Theorem 3. If, for the correlation function \(\rho(t)\) of a stationary Gaussian process, (1), (2) are satisfied, then under a coordinated increase \((u,|\Delta|)\to\infty\),
\[ \lim_{(u,|\Delta|)\to\infty}\mathbf P\{\eta_u(\Delta)=k\} =\frac{(\mu|\Delta|)^k}{k!}e^{-\mu|\Delta|},\qquad k=0,1,\ldots . \]

It can be shown that the joint multidimensional distributions will also be Poisson. Theorem 3 is a generalization of Cramér’s result \((^3)\), in which the existence of four derivatives of the correlation function \(\rho(t)\) and \(\rho(t)=o(t^{-\varepsilon})\), \(t\to\infty\), \(\varepsilon>0\), are assumed. Using Theorem 3, one can obtain a generalization of one more result of Cramér \((^4)\).

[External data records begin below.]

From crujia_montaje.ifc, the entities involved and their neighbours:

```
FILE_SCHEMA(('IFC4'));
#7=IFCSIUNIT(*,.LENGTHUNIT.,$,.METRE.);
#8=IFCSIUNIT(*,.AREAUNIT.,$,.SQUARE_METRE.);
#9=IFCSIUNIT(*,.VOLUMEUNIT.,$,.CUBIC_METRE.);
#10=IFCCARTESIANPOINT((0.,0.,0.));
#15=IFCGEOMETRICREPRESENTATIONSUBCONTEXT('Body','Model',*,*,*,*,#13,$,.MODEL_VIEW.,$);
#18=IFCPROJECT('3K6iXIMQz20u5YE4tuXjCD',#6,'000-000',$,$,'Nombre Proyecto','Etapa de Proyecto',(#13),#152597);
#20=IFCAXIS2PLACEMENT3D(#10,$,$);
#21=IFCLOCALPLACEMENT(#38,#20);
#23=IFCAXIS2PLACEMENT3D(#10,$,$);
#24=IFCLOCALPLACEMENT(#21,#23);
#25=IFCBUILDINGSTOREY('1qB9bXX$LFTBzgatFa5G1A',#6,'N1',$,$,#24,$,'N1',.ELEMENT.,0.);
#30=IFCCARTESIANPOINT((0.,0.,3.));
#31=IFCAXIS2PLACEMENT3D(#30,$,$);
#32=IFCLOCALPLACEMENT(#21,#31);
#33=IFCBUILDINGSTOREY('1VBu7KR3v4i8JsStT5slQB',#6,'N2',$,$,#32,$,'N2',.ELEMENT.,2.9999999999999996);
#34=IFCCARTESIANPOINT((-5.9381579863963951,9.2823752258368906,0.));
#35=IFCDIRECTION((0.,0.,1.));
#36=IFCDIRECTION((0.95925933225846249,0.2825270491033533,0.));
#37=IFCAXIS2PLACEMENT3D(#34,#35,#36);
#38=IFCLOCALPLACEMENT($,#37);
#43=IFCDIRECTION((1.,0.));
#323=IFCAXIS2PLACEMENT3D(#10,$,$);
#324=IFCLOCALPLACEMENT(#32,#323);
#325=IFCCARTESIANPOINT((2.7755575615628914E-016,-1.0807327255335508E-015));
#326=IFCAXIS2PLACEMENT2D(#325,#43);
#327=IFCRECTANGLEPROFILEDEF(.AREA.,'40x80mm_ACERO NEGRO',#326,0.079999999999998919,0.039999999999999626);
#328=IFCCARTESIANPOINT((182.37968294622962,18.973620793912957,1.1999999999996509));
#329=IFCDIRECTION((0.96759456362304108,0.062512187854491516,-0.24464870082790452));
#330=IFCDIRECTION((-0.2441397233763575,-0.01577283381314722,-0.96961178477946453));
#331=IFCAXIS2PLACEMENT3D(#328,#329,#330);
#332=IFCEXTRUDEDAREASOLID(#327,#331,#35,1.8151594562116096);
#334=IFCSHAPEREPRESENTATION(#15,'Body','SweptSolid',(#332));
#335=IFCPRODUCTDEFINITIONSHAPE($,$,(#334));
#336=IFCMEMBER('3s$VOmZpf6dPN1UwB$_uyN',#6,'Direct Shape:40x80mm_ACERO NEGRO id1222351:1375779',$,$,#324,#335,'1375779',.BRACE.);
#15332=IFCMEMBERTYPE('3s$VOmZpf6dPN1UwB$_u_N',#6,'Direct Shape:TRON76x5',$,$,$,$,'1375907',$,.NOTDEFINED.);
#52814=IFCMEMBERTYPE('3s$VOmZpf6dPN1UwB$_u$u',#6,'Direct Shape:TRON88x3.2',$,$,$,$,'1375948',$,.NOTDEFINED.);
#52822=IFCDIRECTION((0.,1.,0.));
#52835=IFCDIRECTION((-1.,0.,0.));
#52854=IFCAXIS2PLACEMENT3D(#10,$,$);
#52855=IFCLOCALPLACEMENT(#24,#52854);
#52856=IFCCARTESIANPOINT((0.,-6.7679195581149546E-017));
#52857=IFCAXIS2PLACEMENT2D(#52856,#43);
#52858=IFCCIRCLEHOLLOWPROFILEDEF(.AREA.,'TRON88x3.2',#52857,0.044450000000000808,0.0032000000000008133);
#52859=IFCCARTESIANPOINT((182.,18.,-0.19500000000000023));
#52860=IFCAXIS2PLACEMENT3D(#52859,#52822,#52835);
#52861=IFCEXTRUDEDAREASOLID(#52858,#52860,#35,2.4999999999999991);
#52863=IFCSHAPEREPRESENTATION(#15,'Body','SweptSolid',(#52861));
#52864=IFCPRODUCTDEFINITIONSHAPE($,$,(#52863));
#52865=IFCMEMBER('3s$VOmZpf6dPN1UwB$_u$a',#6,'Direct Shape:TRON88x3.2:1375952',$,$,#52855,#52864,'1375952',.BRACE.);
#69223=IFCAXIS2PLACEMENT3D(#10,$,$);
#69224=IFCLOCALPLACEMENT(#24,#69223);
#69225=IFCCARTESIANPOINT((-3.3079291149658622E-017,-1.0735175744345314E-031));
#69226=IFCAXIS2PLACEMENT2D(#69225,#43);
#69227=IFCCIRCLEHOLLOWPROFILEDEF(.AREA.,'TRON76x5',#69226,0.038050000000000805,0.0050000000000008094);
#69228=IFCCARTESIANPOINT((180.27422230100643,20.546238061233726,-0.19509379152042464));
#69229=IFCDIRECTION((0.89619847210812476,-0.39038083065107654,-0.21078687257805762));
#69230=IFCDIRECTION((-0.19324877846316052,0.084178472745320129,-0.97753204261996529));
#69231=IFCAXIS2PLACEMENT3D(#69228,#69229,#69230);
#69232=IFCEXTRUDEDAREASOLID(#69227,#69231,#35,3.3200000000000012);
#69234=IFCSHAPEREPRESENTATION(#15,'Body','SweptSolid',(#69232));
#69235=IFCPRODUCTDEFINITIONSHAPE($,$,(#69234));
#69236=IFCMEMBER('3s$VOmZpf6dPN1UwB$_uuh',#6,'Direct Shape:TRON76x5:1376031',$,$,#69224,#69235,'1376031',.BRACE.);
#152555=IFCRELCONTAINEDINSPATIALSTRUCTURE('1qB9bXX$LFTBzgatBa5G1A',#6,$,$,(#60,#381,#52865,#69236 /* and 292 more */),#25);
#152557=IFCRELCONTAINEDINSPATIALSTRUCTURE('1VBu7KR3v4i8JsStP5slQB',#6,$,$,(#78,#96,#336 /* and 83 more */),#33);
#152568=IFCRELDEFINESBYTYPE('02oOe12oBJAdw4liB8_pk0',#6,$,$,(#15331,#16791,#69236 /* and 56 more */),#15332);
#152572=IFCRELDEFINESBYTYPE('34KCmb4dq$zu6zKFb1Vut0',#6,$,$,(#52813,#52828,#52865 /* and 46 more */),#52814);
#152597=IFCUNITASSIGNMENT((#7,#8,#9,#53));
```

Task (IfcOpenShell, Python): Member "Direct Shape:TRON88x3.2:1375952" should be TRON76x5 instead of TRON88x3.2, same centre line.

```python
import ifcopenshell
import ifcopenshell.api.type
import ifcopenshell.util.element
import ifcopenshell.util.representation

model = ifcopenshell.open("crujia_montaje.ifc")

member = model.by_id(52865)
source = next(p for p in model.by_type("IfcCircleHollowProfileDef") if p.ProfileName == "TRON76x5")

body = ifcopenshell.util.representation.get_representation(member, "Model", "Body")
solid = body.Items[0]
old_profile = solid.SweptArea

# Copy the section's sizes but keep this member's own profile position.
profile = ifcopenshell.util.element.copy(model, source)
profile.Position = old_profile.Position
solid.SweptArea = profile
if not model.get_total_inverses(old_profile):
    ifcopenshell.util.element.remove_deep2(model, old_profile)

new_type = model.by_id(15332)
ifcopenshell.api.type.assign_type(
    model, related_objects=[member], relating_type=new_type, should_map_representations=False
)
member.Name = member.Name.replace("TRON88x3.2", "TRON76x5")

print(solid.SweptArea)

model.write("crujia_montaje-out.ifc")
```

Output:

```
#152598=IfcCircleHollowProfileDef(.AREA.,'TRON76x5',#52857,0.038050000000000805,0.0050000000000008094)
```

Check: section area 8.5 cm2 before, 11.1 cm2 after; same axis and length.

Theorem 4. If conditions (1), (2) are satisfied, then
\[ \lim_{T\to\infty}\mathbf P\left\{\max_{0\le t\le T}\xi_t\le \sqrt{2\ln T}+\frac{z-A}{\sqrt{2\ln T}}\right\} =e^{-e^{-z}},\qquad A=\ln\frac{2\pi}{\sqrt{-\rho''(0)}}. \]

Moscow State University
named after M. V. Lomonosov

Received
19 V 1966

REFERENCES

1. Yu. K. Belyaev, Theory of Probability and Its Applications, 11, 1, 120 (1966).
2. M. Loeve, Probability Theory, IL, 1962.
3. H. Cramér, Ark. Matem., 6, 20, 337 (1966).
4. H. Cramér, Theory of Probability and Its Applications, 10, 1, 137 (1965).